>>>>>
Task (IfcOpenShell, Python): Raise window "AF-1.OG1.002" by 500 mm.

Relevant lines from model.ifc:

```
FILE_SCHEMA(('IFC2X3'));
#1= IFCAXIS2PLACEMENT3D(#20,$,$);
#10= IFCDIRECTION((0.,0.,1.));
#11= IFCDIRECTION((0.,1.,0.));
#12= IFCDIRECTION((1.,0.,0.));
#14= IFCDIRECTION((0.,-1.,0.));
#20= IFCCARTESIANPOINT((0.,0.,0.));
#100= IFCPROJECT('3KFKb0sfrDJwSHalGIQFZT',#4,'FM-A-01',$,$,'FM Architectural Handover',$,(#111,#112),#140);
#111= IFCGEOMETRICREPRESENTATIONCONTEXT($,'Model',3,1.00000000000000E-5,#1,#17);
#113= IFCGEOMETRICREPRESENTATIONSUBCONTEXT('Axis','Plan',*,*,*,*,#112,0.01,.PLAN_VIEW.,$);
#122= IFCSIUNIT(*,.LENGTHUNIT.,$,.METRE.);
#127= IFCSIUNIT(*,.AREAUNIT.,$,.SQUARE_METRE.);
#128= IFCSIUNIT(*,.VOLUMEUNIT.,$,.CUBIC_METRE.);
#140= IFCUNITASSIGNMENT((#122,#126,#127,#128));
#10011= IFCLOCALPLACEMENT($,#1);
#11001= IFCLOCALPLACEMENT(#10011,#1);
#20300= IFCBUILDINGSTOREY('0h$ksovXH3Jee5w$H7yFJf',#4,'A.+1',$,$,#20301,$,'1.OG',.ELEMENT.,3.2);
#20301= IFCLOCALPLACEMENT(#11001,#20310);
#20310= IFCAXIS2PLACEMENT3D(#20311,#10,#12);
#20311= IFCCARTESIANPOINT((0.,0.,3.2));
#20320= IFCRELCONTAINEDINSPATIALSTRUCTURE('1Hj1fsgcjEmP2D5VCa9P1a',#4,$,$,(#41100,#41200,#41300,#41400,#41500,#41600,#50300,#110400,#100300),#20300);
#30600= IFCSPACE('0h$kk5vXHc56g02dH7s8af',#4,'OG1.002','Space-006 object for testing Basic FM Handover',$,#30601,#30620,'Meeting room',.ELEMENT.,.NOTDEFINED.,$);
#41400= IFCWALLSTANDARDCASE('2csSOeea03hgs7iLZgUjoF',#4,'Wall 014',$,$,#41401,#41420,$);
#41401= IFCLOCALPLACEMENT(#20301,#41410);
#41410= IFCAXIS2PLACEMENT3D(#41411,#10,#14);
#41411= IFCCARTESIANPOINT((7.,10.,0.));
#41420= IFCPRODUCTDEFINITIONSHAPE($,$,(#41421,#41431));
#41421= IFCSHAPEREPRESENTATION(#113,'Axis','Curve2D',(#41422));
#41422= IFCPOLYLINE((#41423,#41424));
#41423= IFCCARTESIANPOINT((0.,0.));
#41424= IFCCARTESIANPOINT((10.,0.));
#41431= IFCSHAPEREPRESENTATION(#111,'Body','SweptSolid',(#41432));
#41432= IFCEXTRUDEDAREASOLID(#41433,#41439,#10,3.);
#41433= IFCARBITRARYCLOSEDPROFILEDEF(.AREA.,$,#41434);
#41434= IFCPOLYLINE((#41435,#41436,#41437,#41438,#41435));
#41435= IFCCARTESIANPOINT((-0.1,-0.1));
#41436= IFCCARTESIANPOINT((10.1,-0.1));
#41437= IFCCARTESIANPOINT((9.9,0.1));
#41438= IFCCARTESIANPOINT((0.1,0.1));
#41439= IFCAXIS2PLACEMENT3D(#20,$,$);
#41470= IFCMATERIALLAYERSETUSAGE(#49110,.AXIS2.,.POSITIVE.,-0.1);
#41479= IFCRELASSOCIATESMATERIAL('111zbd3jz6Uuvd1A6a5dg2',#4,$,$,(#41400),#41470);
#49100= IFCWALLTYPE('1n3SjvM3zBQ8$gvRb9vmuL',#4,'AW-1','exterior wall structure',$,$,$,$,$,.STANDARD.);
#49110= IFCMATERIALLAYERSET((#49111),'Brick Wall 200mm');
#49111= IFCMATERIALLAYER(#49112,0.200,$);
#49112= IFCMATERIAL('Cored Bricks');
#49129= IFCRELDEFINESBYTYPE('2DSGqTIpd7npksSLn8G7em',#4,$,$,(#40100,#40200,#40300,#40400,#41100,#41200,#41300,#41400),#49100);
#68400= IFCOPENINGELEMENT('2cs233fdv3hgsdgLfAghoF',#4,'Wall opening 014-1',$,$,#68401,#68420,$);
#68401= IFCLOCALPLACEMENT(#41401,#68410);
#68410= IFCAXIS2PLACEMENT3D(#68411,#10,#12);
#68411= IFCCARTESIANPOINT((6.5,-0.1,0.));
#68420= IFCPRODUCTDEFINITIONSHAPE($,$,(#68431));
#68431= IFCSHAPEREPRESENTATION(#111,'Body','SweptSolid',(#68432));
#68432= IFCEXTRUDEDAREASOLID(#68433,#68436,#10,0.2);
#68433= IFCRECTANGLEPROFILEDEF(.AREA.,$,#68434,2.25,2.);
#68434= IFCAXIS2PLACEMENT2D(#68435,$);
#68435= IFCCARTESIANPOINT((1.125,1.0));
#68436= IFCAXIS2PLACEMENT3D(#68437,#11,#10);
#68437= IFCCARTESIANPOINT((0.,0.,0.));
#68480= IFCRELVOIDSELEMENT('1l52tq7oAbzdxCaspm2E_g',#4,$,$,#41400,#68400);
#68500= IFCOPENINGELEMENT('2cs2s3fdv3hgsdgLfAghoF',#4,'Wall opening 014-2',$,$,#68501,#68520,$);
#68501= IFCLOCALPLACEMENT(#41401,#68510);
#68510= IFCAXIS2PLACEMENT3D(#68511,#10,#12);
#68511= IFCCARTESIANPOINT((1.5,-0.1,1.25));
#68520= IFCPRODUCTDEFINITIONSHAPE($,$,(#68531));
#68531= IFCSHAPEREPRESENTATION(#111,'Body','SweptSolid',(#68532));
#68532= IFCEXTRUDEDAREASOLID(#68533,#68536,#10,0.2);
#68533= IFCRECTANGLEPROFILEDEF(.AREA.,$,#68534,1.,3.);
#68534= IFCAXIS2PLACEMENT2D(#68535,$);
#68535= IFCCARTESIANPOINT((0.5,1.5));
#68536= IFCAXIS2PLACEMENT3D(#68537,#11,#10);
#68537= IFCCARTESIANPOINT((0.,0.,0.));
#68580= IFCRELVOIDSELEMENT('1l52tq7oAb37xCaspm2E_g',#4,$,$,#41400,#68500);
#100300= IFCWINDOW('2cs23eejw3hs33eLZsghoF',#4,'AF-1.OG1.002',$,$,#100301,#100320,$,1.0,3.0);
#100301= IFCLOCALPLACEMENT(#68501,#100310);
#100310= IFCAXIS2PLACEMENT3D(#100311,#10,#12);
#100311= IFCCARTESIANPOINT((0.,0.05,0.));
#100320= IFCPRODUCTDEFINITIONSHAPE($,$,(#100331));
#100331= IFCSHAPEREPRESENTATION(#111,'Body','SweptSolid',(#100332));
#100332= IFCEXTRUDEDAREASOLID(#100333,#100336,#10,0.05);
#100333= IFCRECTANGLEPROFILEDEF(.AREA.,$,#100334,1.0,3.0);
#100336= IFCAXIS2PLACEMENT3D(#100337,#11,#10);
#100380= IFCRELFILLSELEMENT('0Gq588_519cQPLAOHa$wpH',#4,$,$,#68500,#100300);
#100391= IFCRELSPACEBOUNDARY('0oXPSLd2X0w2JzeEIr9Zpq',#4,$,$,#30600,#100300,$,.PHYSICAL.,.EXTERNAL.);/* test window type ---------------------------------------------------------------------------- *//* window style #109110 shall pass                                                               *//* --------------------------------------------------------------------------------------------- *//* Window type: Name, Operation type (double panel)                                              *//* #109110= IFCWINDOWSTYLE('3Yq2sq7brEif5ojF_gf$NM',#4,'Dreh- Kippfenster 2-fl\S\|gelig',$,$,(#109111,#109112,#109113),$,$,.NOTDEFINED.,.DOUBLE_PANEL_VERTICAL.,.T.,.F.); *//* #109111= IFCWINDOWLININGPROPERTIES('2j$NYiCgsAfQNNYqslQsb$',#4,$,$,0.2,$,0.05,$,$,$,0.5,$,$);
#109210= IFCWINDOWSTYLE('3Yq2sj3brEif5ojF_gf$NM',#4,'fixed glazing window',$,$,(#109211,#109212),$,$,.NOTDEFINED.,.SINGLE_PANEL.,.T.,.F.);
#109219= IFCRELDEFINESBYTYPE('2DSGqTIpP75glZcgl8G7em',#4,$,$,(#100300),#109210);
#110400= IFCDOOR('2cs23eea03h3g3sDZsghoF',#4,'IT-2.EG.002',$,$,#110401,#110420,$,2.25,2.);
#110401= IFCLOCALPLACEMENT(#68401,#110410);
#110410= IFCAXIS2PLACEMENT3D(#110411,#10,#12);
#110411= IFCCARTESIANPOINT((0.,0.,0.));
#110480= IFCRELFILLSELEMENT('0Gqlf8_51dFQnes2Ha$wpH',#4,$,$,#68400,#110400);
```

```python
import numpy as np
import ifcopenshell
import ifcopenshell.api.geometry
import ifcopenshell.util.placement
import ifcopenshell.util.unit

model = ifcopenshell.open("model.ifc")
unit_scale = ifcopenshell.util.unit.calculate_unit_scale(model)

window = model.by_id(100300)
opening = window.FillsVoids[0].RelatingOpeningElement
dz = 0.5

shift = np.array([0.0, 0.0, dz])
# The window is placed relative to its opening, so it follows when the opening moves.
matrix = ifcopenshell.util.placement.get_local_placement(opening.ObjectPlacement)
matrix[:3, 3] += shift
ifcopenshell.api.geometry.edit_object_placement(
    model, product=opening, matrix=matrix, is_si=False, should_transform_children=True
)

print(f"moved by {dz * unit_scale:+.3f} m")

model.write("model_v2.ifc")
```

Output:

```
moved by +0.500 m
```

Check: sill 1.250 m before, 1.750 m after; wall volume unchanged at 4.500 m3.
<<<<<
WHAT IS NEEDED
Copy out every line from the records that has the word "IFCRELVOIDSELEMENT".

REPLY
#68480= IFCRELVOIDSELEMENT('1l52tq7oAbzdxCaspm2E_g',#4,$,$,#41400,#68400);
#68580= IFCRELVOIDSELEMENT('1l52tq7oAb37xCaspm2E_g',#4,$,$,#41400,#68500);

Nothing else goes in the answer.